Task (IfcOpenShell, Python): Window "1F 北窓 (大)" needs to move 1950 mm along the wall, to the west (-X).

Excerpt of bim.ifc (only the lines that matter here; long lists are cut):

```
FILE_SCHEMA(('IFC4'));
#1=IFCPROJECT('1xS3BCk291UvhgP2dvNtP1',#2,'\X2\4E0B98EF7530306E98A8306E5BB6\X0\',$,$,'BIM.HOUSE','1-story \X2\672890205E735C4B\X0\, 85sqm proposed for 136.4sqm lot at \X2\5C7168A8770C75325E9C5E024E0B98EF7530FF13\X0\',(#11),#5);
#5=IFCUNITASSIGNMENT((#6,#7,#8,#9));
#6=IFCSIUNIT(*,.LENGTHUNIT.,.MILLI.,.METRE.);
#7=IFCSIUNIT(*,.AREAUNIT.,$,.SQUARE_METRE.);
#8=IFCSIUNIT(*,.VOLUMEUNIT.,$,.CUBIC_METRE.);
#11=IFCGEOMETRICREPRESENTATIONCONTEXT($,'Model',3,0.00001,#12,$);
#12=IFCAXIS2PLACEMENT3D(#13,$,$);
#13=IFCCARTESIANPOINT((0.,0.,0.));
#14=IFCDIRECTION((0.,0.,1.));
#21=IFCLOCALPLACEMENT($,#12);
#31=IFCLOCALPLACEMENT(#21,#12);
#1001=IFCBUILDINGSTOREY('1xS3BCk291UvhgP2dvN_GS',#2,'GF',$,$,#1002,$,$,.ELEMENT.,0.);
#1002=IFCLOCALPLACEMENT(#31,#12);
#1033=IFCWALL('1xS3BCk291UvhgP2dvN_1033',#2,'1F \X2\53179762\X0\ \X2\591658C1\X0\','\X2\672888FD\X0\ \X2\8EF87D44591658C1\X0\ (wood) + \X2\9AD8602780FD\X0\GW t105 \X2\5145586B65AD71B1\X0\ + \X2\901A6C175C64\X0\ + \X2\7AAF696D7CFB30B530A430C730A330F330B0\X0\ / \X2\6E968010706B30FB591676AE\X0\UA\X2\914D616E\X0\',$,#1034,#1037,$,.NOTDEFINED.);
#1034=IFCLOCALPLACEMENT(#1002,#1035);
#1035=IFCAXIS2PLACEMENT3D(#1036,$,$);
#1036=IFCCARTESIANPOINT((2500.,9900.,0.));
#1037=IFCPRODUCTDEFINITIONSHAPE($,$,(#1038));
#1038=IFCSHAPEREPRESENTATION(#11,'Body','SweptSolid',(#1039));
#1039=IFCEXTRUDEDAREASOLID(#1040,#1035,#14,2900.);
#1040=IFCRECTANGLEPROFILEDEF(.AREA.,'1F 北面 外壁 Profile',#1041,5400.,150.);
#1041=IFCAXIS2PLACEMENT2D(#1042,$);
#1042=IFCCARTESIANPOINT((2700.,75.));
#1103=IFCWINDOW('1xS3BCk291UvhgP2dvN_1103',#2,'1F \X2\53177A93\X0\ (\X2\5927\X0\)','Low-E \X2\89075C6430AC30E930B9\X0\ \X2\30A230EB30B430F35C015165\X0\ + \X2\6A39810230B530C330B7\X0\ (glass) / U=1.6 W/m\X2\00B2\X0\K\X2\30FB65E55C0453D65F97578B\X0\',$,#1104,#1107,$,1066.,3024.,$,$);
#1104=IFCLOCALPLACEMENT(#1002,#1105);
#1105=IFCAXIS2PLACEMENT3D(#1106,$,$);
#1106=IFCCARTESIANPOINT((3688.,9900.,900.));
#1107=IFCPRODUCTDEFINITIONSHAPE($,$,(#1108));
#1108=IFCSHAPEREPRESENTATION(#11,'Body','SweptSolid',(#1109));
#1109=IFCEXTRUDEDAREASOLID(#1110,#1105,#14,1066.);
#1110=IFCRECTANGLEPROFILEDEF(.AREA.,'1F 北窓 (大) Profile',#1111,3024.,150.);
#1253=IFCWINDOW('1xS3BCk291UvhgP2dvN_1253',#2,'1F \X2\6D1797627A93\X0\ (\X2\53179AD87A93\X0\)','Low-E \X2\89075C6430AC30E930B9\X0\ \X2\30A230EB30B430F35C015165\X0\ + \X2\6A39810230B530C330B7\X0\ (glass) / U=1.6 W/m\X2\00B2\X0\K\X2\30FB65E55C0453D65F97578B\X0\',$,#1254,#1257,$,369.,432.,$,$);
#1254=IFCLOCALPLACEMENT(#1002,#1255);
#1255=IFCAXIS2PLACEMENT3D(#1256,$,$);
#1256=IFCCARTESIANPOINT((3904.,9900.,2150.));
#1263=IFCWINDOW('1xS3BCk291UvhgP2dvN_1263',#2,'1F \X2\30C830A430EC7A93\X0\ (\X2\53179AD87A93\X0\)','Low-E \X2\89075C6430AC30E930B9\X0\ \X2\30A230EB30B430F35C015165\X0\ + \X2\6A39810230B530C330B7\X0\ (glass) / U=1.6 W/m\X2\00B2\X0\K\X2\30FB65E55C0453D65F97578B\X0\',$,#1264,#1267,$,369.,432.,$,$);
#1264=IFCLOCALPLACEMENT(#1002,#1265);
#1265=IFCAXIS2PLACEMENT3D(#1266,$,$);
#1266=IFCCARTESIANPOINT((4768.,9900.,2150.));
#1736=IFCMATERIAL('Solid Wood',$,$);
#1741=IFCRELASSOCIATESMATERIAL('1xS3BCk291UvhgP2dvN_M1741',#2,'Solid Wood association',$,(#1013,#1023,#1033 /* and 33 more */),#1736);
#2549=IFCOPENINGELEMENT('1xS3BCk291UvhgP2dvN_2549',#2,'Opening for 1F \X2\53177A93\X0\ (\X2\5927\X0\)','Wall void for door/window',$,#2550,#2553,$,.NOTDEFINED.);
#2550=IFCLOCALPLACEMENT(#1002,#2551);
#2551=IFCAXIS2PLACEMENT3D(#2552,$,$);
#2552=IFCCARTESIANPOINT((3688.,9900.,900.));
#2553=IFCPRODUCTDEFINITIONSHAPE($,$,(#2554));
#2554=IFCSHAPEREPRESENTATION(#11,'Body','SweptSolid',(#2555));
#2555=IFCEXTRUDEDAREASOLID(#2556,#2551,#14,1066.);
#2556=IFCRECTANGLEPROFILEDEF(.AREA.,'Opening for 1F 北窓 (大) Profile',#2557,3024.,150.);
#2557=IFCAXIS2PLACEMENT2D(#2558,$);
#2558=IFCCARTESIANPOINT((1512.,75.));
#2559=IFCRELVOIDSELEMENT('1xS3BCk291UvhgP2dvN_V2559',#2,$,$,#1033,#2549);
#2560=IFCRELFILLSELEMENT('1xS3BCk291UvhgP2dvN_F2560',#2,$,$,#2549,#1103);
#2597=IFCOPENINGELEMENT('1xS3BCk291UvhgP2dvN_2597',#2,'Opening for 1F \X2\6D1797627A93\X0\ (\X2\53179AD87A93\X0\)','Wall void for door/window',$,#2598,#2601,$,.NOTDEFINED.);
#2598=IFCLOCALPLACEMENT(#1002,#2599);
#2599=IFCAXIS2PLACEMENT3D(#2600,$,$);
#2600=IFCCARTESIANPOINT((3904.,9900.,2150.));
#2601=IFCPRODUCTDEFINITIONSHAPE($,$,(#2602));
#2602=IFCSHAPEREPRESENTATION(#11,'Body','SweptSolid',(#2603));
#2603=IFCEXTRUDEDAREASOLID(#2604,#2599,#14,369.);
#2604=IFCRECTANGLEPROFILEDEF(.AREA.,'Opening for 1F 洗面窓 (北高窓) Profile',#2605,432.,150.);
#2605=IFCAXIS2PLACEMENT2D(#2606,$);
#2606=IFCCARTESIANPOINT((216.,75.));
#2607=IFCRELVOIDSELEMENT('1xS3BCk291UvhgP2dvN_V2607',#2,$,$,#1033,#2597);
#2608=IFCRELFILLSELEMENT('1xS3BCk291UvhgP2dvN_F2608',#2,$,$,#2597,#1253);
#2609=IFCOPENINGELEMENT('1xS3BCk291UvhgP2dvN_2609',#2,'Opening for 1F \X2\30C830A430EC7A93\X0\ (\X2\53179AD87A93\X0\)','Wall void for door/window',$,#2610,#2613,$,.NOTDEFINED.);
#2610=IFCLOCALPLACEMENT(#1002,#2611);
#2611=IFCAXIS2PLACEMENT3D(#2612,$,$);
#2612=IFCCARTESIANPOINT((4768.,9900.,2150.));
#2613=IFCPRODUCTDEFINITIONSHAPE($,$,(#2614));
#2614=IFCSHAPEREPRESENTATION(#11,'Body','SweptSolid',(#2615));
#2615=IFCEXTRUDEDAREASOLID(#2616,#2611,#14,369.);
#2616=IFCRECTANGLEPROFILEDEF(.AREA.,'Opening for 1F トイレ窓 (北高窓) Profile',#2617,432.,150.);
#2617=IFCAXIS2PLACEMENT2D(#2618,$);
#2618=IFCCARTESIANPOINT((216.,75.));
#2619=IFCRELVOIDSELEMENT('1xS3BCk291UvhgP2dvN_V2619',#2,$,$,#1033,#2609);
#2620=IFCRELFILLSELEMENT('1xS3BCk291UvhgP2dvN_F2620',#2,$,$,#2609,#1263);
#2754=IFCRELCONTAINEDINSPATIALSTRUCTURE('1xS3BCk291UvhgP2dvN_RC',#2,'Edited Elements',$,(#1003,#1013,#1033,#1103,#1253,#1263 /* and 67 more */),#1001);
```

```python
import ifcopenshell
import ifcopenshell.api.geometry
import ifcopenshell.util.placement

model = ifcopenshell.open("bim.ifc")

window = model.by_guid("1xS3BCk291UvhgP2dvN_1103")
opening = window.FillsVoids[0].RelatingOpeningElement
wall = opening.VoidsElements[0].RelatingBuildingElement

wall_matrix = ifcopenshell.util.placement.get_local_placement(wall.ObjectPlacement)
shift = wall_matrix[:3, 0] * -1950.0
before = ifcopenshell.util.placement.get_local_placement(window.ObjectPlacement)[:3, 3].copy()

# The window is not placed relative to its opening, so move both.
for product in (opening, window):
    matrix = ifcopenshell.util.placement.get_local_placement(product.ObjectPlacement)
    matrix[:3, 3] += shift
    ifcopenshell.api.geometry.edit_object_placement(model, product=product, matrix=matrix, is_si=False)

after = ifcopenshell.util.placement.get_local_placement(window.ObjectPlacement)[:3, 3]
print("window moved by", (after - before).round(3) + 0.0)

model.write("bim_updated.ifc")
```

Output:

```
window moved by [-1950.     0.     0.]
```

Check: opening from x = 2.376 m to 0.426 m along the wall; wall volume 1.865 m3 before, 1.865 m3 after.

--- --- ---

* _WHAT YOU SHOULD DO_: From the listing above, return every line that carries the string "along".

* _ANSWER AREA_:
Task (IfcOpenShell, Python): Window "1F 北窓 (大)" needs to move 1950 mm along the wall, to the west (-X).
Check: opening from x = 2.376 m to 0.426 m along the wall; wall volume 1.865 m3 before, 1.865 m3 after.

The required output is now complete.